Simone Simoni
Avviato alla carriera militare nel 1904, Simone Simoni l'aveva compiuta tutta partecipando alla campagna di Libia e alla prima guerra mondiale. Era generale quando, nel 1932, era stato collocato nella riserva per infermità dovuta a causa di guerra. L'alto ufficiale diventò così presidente di una società commerciale di Roma. Svolgeva la sua professione, quando apprese che il figlio Gastone, capitano di cavalleria, paracadutista della "Folgore", era caduto, nell'ottobre del 1942, ad El Alamein (sarebbe poi stato decorato di MdO alla memoria).

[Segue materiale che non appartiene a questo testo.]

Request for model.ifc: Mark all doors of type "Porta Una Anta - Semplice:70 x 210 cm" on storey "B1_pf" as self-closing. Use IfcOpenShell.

First a look at what the model holds.

```python
import ifcopenshell
import ifcopenshell.util.element

model = ifcopenshell.open("model.ifc")
print(model.schema)
storey = next(s for s in model.by_type("IfcBuildingStorey") if s.Name == "B1_pf")
doors = [e for e in ifcopenshell.util.element.get_decomposition(storey) if e.is_a("IfcDoor")]
seen = {}
for e in doors:
    element_type = ifcopenshell.util.element.get_type(e)
    key = (element_type.Name if element_type != e and element_type else None, ifcopenshell.util.element.get_pset(e, "Pset_DoorCommon", "SelfClosing"))
    seen[key] = seen.get(key, 0) + 1
for (name, value), count in sorted(seen.items(), key=str):
    print(count, "x", name, "|", value)
```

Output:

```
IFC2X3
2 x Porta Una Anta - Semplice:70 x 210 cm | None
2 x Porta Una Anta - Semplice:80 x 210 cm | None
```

```python
import ifcopenshell
import ifcopenshell.api.pset
import ifcopenshell.util.element

model = ifcopenshell.open("model.ifc")

storey = next(s for s in model.by_type("IfcBuildingStorey") if s.Name == "B1_pf")
doors = [e for e in ifcopenshell.util.element.get_decomposition(storey) if e.is_a("IfcDoor")]

count = 0
for e in doors:
    element_type = ifcopenshell.util.element.get_type(e)
    if element_type in (None, e) or element_type.Name != "Porta Una Anta - Semplice:70 x 210 cm":
        continue
    # add_pset returns the element's existing set when there is one.
    pset = ifcopenshell.api.pset.add_pset(model, product=e, name="Pset_DoorCommon")
    ifcopenshell.api.pset.edit_pset(model, pset=pset, properties={"SelfClosing": True})
    count += 1

print(count, "doors updated")

model.write("model_rev.ifc")
```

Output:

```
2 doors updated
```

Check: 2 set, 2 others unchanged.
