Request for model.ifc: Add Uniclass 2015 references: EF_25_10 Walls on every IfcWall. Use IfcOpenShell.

First a look at what the model holds.

```python
import ifcopenshell

model = ifcopenshell.open("model.ifc")
print(model.schema)
print("classifications:", [c.Name for c in model.by_type("IfcClassification")])
for ifc_class in ("IfcDoor", "IfcRoof", "IfcStair", "IfcWall", "IfcWindow"):
    print(ifc_class, len(model.by_type(ifc_class)))
```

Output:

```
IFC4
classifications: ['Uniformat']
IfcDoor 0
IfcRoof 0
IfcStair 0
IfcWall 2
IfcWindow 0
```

```python
import ifcopenshell
import ifcopenshell.api.classification

model = ifcopenshell.open("model.ifc")

system = ifcopenshell.api.classification.add_classification(model, classification="Uniclass 2015")

codes = {
    "IfcWall": ("EF_25_10", "Walls"),
}
for ifc_class, (code, name) in codes.items():
    products = model.by_type(ifc_class)
    ifcopenshell.api.classification.add_reference(
        model, products=products, classification=system, identification=code, name=name
    )
    print(code, len(products))

model.write("model-out.ifc")
```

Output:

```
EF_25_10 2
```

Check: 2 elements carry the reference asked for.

Nonostante l'invalidità, Simone Simoni, dopo l'armistizio, fu tra i più convinti sostenitori della necessità di difendere la capitale dai tedeschi. Occupata Roma, l'anziano generale, entrato a far parte del Fronte militare clandestino di Montezemolo, fece del proprio ufficio e della casa che abitava, centri d'azione cospirativa, ai quali facevano capo ufficiali ed uomini politici. Simone Simoni nascose ed aiutò ufficiali e soldati e si assunse l'onere di numerose missioni. Il 22 gennaio del 1944, le SS irruppero nell'abitazione di Simoni e lo arrestarono.
Rinchiuso nella cella n° 12 di via Tasso, il generale resistette alle torture. Non parlò nemmeno quando, per estorcergli una confessione, i tedeschi inscenarono una finta fucilazione. Simoni fu poi ucciso alle Ardeatine, a due mesi dall'arresto.